Extracted data entries:
= Beginning of Section =
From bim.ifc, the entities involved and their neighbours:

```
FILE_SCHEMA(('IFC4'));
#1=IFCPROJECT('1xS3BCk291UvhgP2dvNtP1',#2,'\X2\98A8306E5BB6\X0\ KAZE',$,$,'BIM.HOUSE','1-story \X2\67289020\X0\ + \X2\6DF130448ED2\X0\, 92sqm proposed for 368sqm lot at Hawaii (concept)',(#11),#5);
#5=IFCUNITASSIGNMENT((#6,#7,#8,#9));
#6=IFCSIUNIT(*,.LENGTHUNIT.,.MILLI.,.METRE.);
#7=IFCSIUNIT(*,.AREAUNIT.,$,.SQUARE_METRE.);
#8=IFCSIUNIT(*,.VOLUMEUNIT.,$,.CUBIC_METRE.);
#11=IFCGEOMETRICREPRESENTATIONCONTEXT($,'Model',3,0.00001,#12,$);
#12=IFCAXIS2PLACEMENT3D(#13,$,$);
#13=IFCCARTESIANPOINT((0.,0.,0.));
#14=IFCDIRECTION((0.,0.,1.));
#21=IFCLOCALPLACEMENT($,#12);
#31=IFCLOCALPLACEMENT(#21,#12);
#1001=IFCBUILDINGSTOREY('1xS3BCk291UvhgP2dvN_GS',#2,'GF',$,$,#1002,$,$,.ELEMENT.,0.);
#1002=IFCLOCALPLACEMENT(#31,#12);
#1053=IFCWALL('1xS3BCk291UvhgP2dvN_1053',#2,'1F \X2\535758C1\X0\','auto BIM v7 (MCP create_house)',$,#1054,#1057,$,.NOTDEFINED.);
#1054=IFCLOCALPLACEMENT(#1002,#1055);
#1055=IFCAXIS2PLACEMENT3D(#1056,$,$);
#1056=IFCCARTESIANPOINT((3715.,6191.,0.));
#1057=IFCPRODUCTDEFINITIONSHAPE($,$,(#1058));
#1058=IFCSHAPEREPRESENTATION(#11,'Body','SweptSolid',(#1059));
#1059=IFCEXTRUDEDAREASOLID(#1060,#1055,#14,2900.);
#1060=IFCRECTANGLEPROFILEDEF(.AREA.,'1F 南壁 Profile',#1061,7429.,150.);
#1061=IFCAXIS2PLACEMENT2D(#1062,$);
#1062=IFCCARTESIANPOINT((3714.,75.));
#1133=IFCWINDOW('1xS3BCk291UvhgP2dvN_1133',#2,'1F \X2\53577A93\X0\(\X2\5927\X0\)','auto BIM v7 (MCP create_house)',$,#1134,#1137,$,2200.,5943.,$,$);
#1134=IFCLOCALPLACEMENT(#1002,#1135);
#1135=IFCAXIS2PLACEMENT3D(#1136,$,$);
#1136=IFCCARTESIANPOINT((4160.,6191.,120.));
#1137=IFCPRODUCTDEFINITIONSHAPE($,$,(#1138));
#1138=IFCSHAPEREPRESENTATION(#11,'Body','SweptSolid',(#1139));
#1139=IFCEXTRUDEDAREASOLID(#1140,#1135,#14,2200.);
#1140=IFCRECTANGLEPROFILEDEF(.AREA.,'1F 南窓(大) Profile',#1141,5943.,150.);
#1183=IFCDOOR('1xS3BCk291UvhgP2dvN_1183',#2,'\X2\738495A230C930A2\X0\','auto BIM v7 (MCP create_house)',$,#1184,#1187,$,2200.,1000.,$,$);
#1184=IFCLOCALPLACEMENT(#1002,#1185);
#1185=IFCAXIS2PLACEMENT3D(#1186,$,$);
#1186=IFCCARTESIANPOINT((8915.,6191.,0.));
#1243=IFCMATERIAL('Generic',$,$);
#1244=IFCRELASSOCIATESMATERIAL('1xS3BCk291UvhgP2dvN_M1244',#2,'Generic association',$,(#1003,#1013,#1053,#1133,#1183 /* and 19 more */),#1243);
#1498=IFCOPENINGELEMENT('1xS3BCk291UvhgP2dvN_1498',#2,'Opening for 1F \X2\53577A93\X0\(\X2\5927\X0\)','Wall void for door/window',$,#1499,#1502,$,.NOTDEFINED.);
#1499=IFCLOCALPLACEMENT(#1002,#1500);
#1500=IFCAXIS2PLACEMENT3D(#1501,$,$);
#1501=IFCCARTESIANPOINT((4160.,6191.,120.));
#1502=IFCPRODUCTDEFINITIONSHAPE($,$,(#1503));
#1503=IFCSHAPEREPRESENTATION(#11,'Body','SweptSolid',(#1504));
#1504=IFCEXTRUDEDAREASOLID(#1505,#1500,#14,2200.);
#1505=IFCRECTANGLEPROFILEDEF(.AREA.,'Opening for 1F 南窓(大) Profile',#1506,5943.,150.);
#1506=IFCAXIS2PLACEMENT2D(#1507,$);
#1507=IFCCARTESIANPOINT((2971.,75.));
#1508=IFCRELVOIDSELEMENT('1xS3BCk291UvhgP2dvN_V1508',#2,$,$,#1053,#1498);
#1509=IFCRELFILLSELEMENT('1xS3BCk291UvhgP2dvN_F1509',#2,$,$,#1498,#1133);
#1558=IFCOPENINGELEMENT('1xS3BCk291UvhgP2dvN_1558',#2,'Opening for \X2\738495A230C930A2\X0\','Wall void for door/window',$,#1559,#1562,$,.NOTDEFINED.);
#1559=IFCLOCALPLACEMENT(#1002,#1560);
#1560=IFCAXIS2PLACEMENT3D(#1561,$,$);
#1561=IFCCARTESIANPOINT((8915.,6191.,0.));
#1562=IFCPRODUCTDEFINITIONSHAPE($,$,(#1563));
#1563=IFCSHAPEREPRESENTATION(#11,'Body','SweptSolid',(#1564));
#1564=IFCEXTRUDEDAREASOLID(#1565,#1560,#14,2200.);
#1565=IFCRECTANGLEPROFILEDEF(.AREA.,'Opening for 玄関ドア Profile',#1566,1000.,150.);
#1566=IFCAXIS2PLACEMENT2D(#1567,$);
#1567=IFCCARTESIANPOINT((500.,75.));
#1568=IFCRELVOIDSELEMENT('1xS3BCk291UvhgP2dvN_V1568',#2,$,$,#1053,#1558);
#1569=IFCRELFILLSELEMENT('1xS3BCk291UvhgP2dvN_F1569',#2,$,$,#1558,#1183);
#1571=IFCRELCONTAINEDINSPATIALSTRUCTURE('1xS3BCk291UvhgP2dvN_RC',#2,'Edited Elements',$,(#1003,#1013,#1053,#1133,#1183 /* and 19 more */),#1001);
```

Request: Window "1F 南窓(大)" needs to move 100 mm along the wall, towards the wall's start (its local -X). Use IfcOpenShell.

```python
import ifcopenshell
import ifcopenshell.api.geometry
import ifcopenshell.util.placement

model = ifcopenshell.open("bim.ifc")

window = model.by_guid("1xS3BCk291UvhgP2dvN_1133")
opening = window.FillsVoids[0].RelatingOpeningElement
wall = opening.VoidsElements[0].RelatingBuildingElement

wall_matrix = ifcopenshell.util.placement.get_local_placement(wall.ObjectPlacement)
shift = wall_matrix[:3, 0] * -100.0
before = ifcopenshell.util.placement.get_local_placement(window.ObjectPlacement)[:3, 3].copy()

# The window is not placed relative to its opening, so move both.
for product in (opening, window):
    matrix = ifcopenshell.util.placement.get_local_placement(product.ObjectPlacement)
    matrix[:3, 3] += shift
    ifcopenshell.api.geometry.edit_object_placement(model, product=product, matrix=matrix, is_si=False)

after = ifcopenshell.util.placement.get_local_placement(window.ObjectPlacement)[:3, 3]
print("window moved by", (after - before).round(3) + 0.0)

model.write("bim_edited.ifc")
```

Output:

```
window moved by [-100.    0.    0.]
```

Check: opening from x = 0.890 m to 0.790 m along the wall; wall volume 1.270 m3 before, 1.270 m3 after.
= End of Section =
**Exercise prompt**
Your task is to output the full set of records exactly as presented.

**Response to this task**
From bim.ifc, the entities involved and their neighbours:

```
FILE_SCHEMA(('IFC4'));
#1=IFCPROJECT('1xS3BCk291UvhgP2dvNtP1',#2,'\X2\98A8306E5BB6\X0\ KAZE',$,$,'BIM.HOUSE','1-story \X2\67289020\X0\ + \X2\6DF130448ED2\X0\, 92sqm proposed for 368sqm lot at Hawaii (concept)',(#11),#5);
#5=IFCUNITASSIGNMENT((#6,#7,#8,#9));
#6=IFCSIUNIT(*,.LENGTHUNIT.,.MILLI.,.METRE.);
#7=IFCSIUNIT(*,.AREAUNIT.,$,.SQUARE_METRE.);
#8=IFCSIUNIT(*,.VOLUMEUNIT.,$,.CUBIC_METRE.);
#11=IFCGEOMETRICREPRESENTATIONCONTEXT($,'Model',3,0.00001,#12,$);
#12=IFCAXIS2PLACEMENT3D(#13,$,$);
#13=IFCCARTESIANPOINT((0.,0.,0.));
#14=IFCDIRECTION((0.,0.,1.));
#21=IFCLOCALPLACEMENT($,#12);
#31=IFCLOCALPLACEMENT(#21,#12);
#1001=IFCBUILDINGSTOREY('1xS3BCk291UvhgP2dvN_GS',#2,'GF',$,$,#1002,$,$,.ELEMENT.,0.);
#1002=IFCLOCALPLACEMENT(#31,#12);
#1053=IFCWALL('1xS3BCk291UvhgP2dvN_1053',#2,'1F \X2\535758C1\X0\','auto BIM v7 (MCP create_house)',$,#1054,#1057,$,.NOTDEFINED.);
#1054=IFCLOCALPLACEMENT(#1002,#1055);
#1055=IFCAXIS2PLACEMENT3D(#1056,$,$);
#1056=IFCCARTESIANPOINT((3715.,6191.,0.));
#1057=IFCPRODUCTDEFINITIONSHAPE($,$,(#1058));
#1058=IFCSHAPEREPRESENTATION(#11,'Body','SweptSolid',(#1059));
#1059=IFCEXTRUDEDAREASOLID(#1060,#1055,#14,2900.);
#1060=IFCRECTANGLEPROFILEDEF(.AREA.,'1F 南壁 Profile',#1061,7429.,150.);
#1061=IFCAXIS2PLACEMENT2D(#1062,$);
#1062=IFCCARTESIANPOINT((3714.,75.));
#1133=IFCWINDOW('1xS3BCk291UvhgP2dvN_1133',#2,'1F \X2\53577A93\X0\(\X2\5927\X0\)','auto BIM v7 (MCP create_house)',$,#1134,#1137,$,2200.,5943.,$,$);
#1134=IFCLOCALPLACEMENT(#1002,#1135);
#1135=IFCAXIS2PLACEMENT3D(#1136,$,$);
#1136=IFCCARTESIANPOINT((4160.,6191.,120.));
#1137=IFCPRODUCTDEFINITIONSHAPE($,$,(#1138));
#1138=IFCSHAPEREPRESENTATION(#11,'Body','SweptSolid',(#1139));
#1139=IFCEXTRUDEDAREASOLID(#1140,#1135,#14,2200.);
#1140=IFCRECTANGLEPROFILEDEF(.AREA.,'1F 南窓(大) Profile',#1141,5943.,150.);
#1183=IFCDOOR('1xS3BCk291UvhgP2dvN_1183',#2,'\X2\738495A230C930A2\X0\','auto BIM v7 (MCP create_house)',$,#1184,#1187,$,2200.,1000.,$,$);
#1184=IFCLOCALPLACEMENT(#1002,#1185);
#1185=IFCAXIS2PLACEMENT3D(#1186,$,$);
#1186=IFCCARTESIANPOINT((8915.,6191.,0.));
#1243=IFCMATERIAL('Generic',$,$);
#1244=IFCRELASSOCIATESMATERIAL('1xS3BCk291UvhgP2dvN_M1244',#2,'Generic association',$,(#1003,#1013,#1053,#1133,#1183 /* and 19 more */),#1243);
#1498=IFCOPENINGELEMENT('1xS3BCk291UvhgP2dvN_1498',#2,'Opening for 1F \X2\53577A93\X0\(\X2\5927\X0\)','Wall void for door/window',$,#1499,#1502,$,.NOTDEFINED.);
#1499=IFCLOCALPLACEMENT(#1002,#1500);
#1500=IFCAXIS2PLACEMENT3D(#1501,$,$);
#1501=IFCCARTESIANPOINT((4160.,6191.,120.));
#1502=IFCPRODUCTDEFINITIONSHAPE($,$,(#1503));
#1503=IFCSHAPEREPRESENTATION(#11,'Body','SweptSolid',(#1504));
#1504=IFCEXTRUDEDAREASOLID(#1505,#1500,#14,2200.);
#1505=IFCRECTANGLEPROFILEDEF(.AREA.,'Opening for 1F 南窓(大) Profile',#1506,5943.,150.);
#1506=IFCAXIS2PLACEMENT2D(#1507,$);
#1507=IFCCARTESIANPOINT((2971.,75.));
#1508=IFCRELVOIDSELEMENT('1xS3BCk291UvhgP2dvN_V1508',#2,$,$,#1053,#1498);
#1509=IFCRELFILLSELEMENT('1xS3BCk291UvhgP2dvN_F1509',#2,$,$,#1498,#1133);
#1558=IFCOPENINGELEMENT('1xS3BCk291UvhgP2dvN_1558',#2,'Opening for \X2\738495A230C930A2\X0\','Wall void for door/window',$,#1559,#1562,$,.NOTDEFINED.);
#1559=IFCLOCALPLACEMENT(#1002,#1560);
#1560=IFCAXIS2PLACEMENT3D(#1561,$,$);
#1561=IFCCARTESIANPOINT((8915.,6191.,0.));
#1562=IFCPRODUCTDEFINITIONSHAPE($,$,(#1563));
#1563=IFCSHAPEREPRESENTATION(#11,'Body','SweptSolid',(#1564));
#1564=IFCEXTRUDEDAREASOLID(#1565,#1560,#14,2200.);
#1565=IFCRECTANGLEPROFILEDEF(.AREA.,'Opening for 玄関ドア Profile',#1566,1000.,150.);
#1566=IFCAXIS2PLACEMENT2D(#1567,$);
#1567=IFCCARTESIANPOINT((500.,75.));
#1568=IFCRELVOIDSELEMENT('1xS3BCk291UvhgP2dvN_V1568',#2,$,$,#1053,#1558);
#1569=IFCRELFILLSELEMENT('1xS3BCk291UvhgP2dvN_F1569',#2,$,$,#1558,#1183);
#1571=IFCRELCONTAINEDINSPATIALSTRUCTURE('1xS3BCk291UvhgP2dvN_RC',#2,'Edited Elements',$,(#1003,#1013,#1053,#1133,#1183 /* and 19 more */),#1001);
```

Request: Window "1F 南窓(大)" needs to move 100 mm along the wall, towards the wall's start (its local -X). Use IfcOpenShell.

```python
import ifcopenshell
import ifcopenshell.api.geometry
import ifcopenshell.util.placement

model = ifcopenshell.open("bim.ifc")

window = model.by_guid("1xS3BCk291UvhgP2dvN_1133")
opening = window.FillsVoids[0].RelatingOpeningElement
wall = opening.VoidsElements[0].RelatingBuildingElement

wall_matrix = ifcopenshell.util.placement.get_local_placement(wall.ObjectPlacement)
shift = wall_matrix[:3, 0] * -100.0
before = ifcopenshell.util.placement.get_local_placement(window.ObjectPlacement)[:3, 3].copy()

# The window is not placed relative to its opening, so move both.
for product in (opening, window):
    matrix = ifcopenshell.util.placement.get_local_placement(product.ObjectPlacement)
    matrix[:3, 3] += shift
    ifcopenshell.api.geometry.edit_object_placement(model, product=product, matrix=matrix, is_si=False)

after = ifcopenshell.util.placement.get_local_placement(window.ObjectPlacement)[:3, 3]
print("window moved by", (after - before).round(3) + 0.0)

model.write("bim_edited.ifc")
```

Output:

```
window moved by [-100.    0.    0.]
```

Check: opening from x = 0.890 m to 0.790 m along the wall; wall volume 1.270 m3 before, 1.270 m3 after.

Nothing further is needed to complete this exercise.